EXERCISE GOAL
Every record, from first to last, should be written out again exactly.

[[ EXCERPTED RECORDS open ]]

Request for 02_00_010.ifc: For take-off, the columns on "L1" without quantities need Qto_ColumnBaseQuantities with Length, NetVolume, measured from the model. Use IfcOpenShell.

First a look at what the model holds.

```python
import ifcopenshell
import ifcopenshell.util.element
import ifcopenshell.util.unit

model = ifcopenshell.open("02_00_010.ifc")
print(model.schema)
for unit_type in ("LENGTHUNIT", "AREAUNIT", "VOLUMEUNIT"):
    print(unit_type, ifcopenshell.util.unit.calculate_unit_scale(model, unit_type))
storey = next(s for s in model.by_type("IfcBuildingStorey") if s.Name == "L1")
columns = [e for e in ifcopenshell.util.element.get_decomposition(storey) if e.is_a("IfcColumn")]
for e in sorted(columns, key=lambda e: e.id()):
    print(e.id(), e.is_a(), e.Name, list(ifcopenshell.util.element.get_psets(e, qtos_only=True)), sep=" | ")
```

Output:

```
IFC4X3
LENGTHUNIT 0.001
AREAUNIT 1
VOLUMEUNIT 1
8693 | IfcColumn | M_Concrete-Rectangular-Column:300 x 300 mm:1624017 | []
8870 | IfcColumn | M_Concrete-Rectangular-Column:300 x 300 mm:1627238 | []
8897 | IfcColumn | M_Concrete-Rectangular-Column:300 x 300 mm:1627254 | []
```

```python
import ifcopenshell
import ifcopenshell.api.pset
import ifcopenshell.geom
import ifcopenshell.util.element
import ifcopenshell.util.shape
import ifcopenshell.util.unit

model = ifcopenshell.open("02_00_010.ifc")
unit_scale = ifcopenshell.util.unit.calculate_unit_scale(model)
volume_scale = ifcopenshell.util.unit.calculate_unit_scale(model, "VOLUMEUNIT")
settings = ifcopenshell.geom.settings()

storey = next(s for s in model.by_type("IfcBuildingStorey") if s.Name == "L1")
columns = [e for e in ifcopenshell.util.element.get_decomposition(storey) if e.is_a("IfcColumn")]

for e in sorted(columns, key=lambda e: e.id()):
    if ifcopenshell.util.element.get_psets(e, qtos_only=True, should_inherit=False):
        continue
    # Geometry comes back in metres, in the element's own axes.
    shape = ifcopenshell.geom.create_shape(settings, e)
    values = {
        "Length": ifcopenshell.util.shape.get_z(shape.geometry) / unit_scale,
        "NetVolume": ifcopenshell.util.shape.get_volume(shape.geometry) / volume_scale,
    }
    qto = ifcopenshell.api.pset.add_qto(model, product=e, name="Qto_ColumnBaseQuantities")
    ifcopenshell.api.pset.edit_qto(model, qto=qto, properties=values)
    print(e.id(), {k: round(v, 3) for k, v in values.items()})

model.write("02_00_010_v2.ifc")
```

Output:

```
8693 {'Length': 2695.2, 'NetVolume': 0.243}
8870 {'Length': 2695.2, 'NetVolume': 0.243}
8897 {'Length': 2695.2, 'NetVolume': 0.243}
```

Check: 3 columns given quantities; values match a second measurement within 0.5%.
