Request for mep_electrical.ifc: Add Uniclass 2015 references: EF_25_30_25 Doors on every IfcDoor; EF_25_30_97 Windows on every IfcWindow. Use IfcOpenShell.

First a look at what the model holds.

```python
import ifcopenshell

model = ifcopenshell.open("mep_electrical.ifc")
print(model.schema)
print("classifications:", [c.Name for c in model.by_type("IfcClassification")])
for ifc_class in ("IfcDoor", "IfcRoof", "IfcStair", "IfcWall", "IfcWindow"):
    print(ifc_class, len(model.by_type(ifc_class)))
```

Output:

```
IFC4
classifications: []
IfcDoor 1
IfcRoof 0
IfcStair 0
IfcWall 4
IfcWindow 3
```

```python
import ifcopenshell
import ifcopenshell.api.classification

model = ifcopenshell.open("mep_electrical.ifc")

system = ifcopenshell.api.classification.add_classification(model, classification="Uniclass 2015")

codes = {
    "IfcDoor": ("EF_25_30_25", "Doors"),
    "IfcWindow": ("EF_25_30_97", "Windows"),
}
for ifc_class, (code, name) in codes.items():
    products = model.by_type(ifc_class)
    ifcopenshell.api.classification.add_reference(
        model, products=products, classification=system, identification=code, name=name
    )
    print(code, len(products))

model.write("mep_electrical_rev.ifc")
```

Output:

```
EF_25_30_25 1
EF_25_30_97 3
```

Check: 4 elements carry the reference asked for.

[[ EXCERPTED RECORDS closed ]]

RESULT
Request for 02_00_010.ifc: For take-off, the columns on "L1" without quantities need Qto_ColumnBaseQuantities with Length, NetVolume, measured from the model. Use IfcOpenShell.

First a look at what the model holds.

```python
import ifcopenshell
import ifcopenshell.util.element
import ifcopenshell.util.unit

model = ifcopenshell.open("02_00_010.ifc")
print(model.schema)
for unit_type in ("LENGTHUNIT", "AREAUNIT", "VOLUMEUNIT"):
    print(unit_type, ifcopenshell.util.unit.calculate_unit_scale(model, unit_type))
storey = next(s for s in model.by_type("IfcBuildingStorey") if s.Name == "L1")
columns = [e for e in ifcopenshell.util.element.get_decomposition(storey) if e.is_a("IfcColumn")]
for e in sorted(columns, key=lambda e: e.id()):
    print(e.id(), e.is_a(), e.Name, list(ifcopenshell.util.element.get_psets(e, qtos_only=True)), sep=" | ")
```

Output:

```
IFC4X3
LENGTHUNIT 0.001
AREAUNIT 1
VOLUMEUNIT 1
8693 | IfcColumn | M_Concrete-Rectangular-Column:300 x 300 mm:1624017 | []
8870 | IfcColumn | M_Concrete-Rectangular-Column:300 x 300 mm:1627238 | []
8897 | IfcColumn | M_Concrete-Rectangular-Column:300 x 300 mm:1627254 | []
```

```python
import ifcopenshell
import ifcopenshell.api.pset
import ifcopenshell.geom
import ifcopenshell.util.element
import ifcopenshell.util.shape
import ifcopenshell.util.unit

model = ifcopenshell.open("02_00_010.ifc")
unit_scale = ifcopenshell.util.unit.calculate_unit_scale(model)
volume_scale = ifcopenshell.util.unit.calculate_unit_scale(model, "VOLUMEUNIT")
settings = ifcopenshell.geom.settings()

storey = next(s for s in model.by_type("IfcBuildingStorey") if s.Name == "L1")
columns = [e for e in ifcopenshell.util.element.get_decomposition(storey) if e.is_a("IfcColumn")]

for e in sorted(columns, key=lambda e: e.id()):
    if ifcopenshell.util.element.get_psets(e, qtos_only=True, should_inherit=False):
        continue
    # Geometry comes back in metres, in the element's own axes.
    shape = ifcopenshell.geom.create_shape(settings, e)
    values = {
        "Length": ifcopenshell.util.shape.get_z(shape.geometry) / unit_scale,
        "NetVolume": ifcopenshell.util.shape.get_volume(shape.geometry) / volume_scale,
    }
    qto = ifcopenshell.api.pset.add_qto(model, product=e, name="Qto_ColumnBaseQuantities")
    ifcopenshell.api.pset.edit_qto(model, qto=qto, properties=values)
    print(e.id(), {k: round(v, 3) for k, v in values.items()})

model.write("02_00_010_v2.ifc")
```

Output:

```
8693 {'Length': 2695.2, 'NetVolume': 0.243}
8870 {'Length': 2695.2, 'NetVolume': 0.243}
8897 {'Length': 2695.2, 'NetVolume': 0.243}
```

Check: 3 columns given quantities; values match a second measurement within 0.5%.
Request for mep_electrical.ifc: Add Uniclass 2015 references: EF_25_30_25 Doors on every IfcDoor; EF_25_30_97 Windows on every IfcWindow. Use IfcOpenShell.

First a look at what the model holds.

```python
import ifcopenshell

model = ifcopenshell.open("mep_electrical.ifc")
print(model.schema)
print("classifications:", [c.Name for c in model.by_type("IfcClassification")])
for ifc_class in ("IfcDoor", "IfcRoof", "IfcStair", "IfcWall", "IfcWindow"):
    print(ifc_class, len(model.by_type(ifc_class)))
```

Output:

```
IFC4
classifications: []
IfcDoor 1
IfcRoof 0
IfcStair 0
IfcWall 4
IfcWindow 3
```

```python
import ifcopenshell
import ifcopenshell.api.classification

model = ifcopenshell.open("mep_electrical.ifc")

system = ifcopenshell.api.classification.add_classification(model, classification="Uniclass 2015")

codes = {
    "IfcDoor": ("EF_25_30_25", "Doors"),
    "IfcWindow": ("EF_25_30_97", "Windows"),
}
for ifc_class, (code, name) in codes.items():
    products = model.by_type(ifc_class)
    ifcopenshell.api.classification.add_reference(
        model, products=products, classification=system, identification=code, name=name
    )
    print(code, len(products))

model.write("mep_electrical_rev.ifc")
```

Output:

```
EF_25_30_25 1
EF_25_30_97 3
```

Check: 4 elements carry the reference asked for.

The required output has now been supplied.